Monday, Apr. 01, 1957

Brother Anselmo

"The history of the last ten years in Colombia is full of Luis Ignacio Andrade," said the magazine Semana last week. And for all those years, Andrade was a name that sent chills up thousands of Colombian spines. In 1949, the police under his Ministry of Government slaughtered Liberals by the hundreds, scared the rest from the polls, and imposed a Conservative President in a one-party election. When many backlands Liberals turned into guerrillas and vengefully killed his cops, Andrade publicly proposed to "shoot ten prominent Liberal politicians for every dead policeman."

But if in public life Andrade was ruthless and belligerent, in private life he was a man afflicted and humble. When doctors in 1948 told him that his wife was incurably ill of cancer and would die in three months, he turned to his Roman Catholic religion for help. If his wife could live a year, he promised in prayer, he would join the Claretian Order of the Sons of the Immaculate Heart of Mary. She lived until last year.

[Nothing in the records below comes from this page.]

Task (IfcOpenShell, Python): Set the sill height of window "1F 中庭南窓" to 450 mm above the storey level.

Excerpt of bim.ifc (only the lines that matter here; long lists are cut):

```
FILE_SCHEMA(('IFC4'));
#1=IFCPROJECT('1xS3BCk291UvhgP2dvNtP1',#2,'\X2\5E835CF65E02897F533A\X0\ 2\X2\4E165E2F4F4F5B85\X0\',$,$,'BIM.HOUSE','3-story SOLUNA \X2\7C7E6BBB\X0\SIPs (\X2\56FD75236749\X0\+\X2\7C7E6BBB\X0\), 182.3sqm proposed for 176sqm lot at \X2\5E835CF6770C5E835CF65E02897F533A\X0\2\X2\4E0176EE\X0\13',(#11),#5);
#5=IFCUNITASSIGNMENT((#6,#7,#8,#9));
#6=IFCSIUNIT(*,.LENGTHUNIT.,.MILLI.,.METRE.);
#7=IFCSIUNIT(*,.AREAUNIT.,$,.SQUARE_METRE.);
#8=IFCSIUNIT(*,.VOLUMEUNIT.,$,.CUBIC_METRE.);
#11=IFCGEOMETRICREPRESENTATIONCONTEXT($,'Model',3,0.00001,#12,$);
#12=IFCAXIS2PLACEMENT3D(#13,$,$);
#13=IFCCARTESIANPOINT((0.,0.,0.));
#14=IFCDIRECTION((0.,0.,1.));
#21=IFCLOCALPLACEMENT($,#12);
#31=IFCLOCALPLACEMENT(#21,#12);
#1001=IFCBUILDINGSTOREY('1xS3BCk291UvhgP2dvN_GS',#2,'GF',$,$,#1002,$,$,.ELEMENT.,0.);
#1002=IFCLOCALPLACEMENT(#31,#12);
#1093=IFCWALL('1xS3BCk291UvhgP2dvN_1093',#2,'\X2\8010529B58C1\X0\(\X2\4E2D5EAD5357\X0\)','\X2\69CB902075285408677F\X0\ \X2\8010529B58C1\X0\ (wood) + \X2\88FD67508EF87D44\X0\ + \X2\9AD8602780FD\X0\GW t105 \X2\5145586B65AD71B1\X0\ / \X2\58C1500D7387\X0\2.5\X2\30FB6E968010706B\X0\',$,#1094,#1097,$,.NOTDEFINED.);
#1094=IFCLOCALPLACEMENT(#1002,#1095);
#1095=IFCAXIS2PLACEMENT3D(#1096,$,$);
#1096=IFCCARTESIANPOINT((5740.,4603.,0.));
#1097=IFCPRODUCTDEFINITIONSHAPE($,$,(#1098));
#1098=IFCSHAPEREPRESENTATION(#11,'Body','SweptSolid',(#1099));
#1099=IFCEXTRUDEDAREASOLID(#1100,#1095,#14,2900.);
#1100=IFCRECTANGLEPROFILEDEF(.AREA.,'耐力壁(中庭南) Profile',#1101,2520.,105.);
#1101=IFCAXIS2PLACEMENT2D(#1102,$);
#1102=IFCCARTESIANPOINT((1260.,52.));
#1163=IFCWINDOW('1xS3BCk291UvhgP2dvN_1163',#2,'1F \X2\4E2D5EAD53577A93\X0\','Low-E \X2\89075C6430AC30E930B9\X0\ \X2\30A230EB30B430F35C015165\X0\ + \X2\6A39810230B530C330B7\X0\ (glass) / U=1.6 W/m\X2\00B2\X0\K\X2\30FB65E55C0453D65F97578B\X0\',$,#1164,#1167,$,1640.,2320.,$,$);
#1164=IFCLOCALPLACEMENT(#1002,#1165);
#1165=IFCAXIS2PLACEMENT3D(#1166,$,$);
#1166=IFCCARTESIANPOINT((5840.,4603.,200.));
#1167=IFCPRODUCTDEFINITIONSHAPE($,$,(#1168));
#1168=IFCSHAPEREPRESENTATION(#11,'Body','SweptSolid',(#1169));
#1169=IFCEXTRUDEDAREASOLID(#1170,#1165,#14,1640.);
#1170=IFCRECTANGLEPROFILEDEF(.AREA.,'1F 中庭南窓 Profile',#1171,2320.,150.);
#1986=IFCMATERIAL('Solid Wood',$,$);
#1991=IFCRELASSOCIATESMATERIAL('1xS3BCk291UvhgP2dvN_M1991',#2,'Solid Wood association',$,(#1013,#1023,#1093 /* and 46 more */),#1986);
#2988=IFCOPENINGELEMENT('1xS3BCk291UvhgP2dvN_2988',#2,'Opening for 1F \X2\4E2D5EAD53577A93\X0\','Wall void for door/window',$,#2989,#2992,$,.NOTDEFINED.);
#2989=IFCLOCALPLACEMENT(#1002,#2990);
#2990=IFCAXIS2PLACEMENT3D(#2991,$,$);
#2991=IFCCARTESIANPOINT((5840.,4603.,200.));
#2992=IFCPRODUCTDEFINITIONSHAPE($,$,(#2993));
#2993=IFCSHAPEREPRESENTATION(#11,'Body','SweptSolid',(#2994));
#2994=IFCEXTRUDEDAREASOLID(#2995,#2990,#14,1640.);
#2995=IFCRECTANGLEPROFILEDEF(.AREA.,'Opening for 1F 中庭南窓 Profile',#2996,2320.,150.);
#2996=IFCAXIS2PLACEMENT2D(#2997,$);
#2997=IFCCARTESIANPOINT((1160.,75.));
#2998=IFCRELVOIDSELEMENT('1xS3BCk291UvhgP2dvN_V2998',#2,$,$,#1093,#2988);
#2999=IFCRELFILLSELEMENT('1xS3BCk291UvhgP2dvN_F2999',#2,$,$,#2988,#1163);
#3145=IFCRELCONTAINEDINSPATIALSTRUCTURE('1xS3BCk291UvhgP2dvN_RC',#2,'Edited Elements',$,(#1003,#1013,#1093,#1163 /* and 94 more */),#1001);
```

```python
import numpy as np
import ifcopenshell
import ifcopenshell.api.geometry
import ifcopenshell.geom
import ifcopenshell.util.element
import ifcopenshell.util.placement
import ifcopenshell.util.shape
import ifcopenshell.util.unit

model = ifcopenshell.open("bim.ifc")
unit_scale = ifcopenshell.util.unit.calculate_unit_scale(model)

window = model.by_guid("1xS3BCk291UvhgP2dvN_1163")
opening = window.FillsVoids[0].RelatingOpeningElement
storey = ifcopenshell.util.element.get_container(window, ifc_class="IfcBuildingStorey")
level = ifcopenshell.util.placement.get_local_placement(storey.ObjectPlacement)[2, 3]

# The opening's origin need not be at the sill, so measure its lowest point.
shape = ifcopenshell.geom.create_shape(ifcopenshell.geom.settings(), opening)
bottom = ifcopenshell.util.shape.get_shape_bottom_elevation(shape, shape.geometry) / unit_scale
dz = level + 0.45 / unit_scale - bottom

shift = np.array([0.0, 0.0, dz])
# The window is not placed relative to its opening, so move both.
for product in (opening, window):
    matrix = ifcopenshell.util.placement.get_local_placement(product.ObjectPlacement)
    matrix[:3, 3] += shift
    ifcopenshell.api.geometry.edit_object_placement(model, product=product, matrix=matrix, is_si=False)

print(f"moved by {dz * unit_scale:+.3f} m")

model.write("bim-out.ifc")
```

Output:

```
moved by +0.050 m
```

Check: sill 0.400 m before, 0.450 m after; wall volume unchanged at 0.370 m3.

Last week Luis Andrade went to the Claretian monastery in the town of Bosa, near Bogotaa for services marking his entrance into the novitiate. After the ceremony he had a last chat with old political friends. Then, taking the name Brother Anselmo, Luis Ignacio Andrade, 63, turned and climbed a flight of stairs to Cell No. 23. Later he will serve a two-year novitiate in Rome, where he was once the Colombian Ambassador to the Holy See. After that he will become a missionary, probably in the Far East.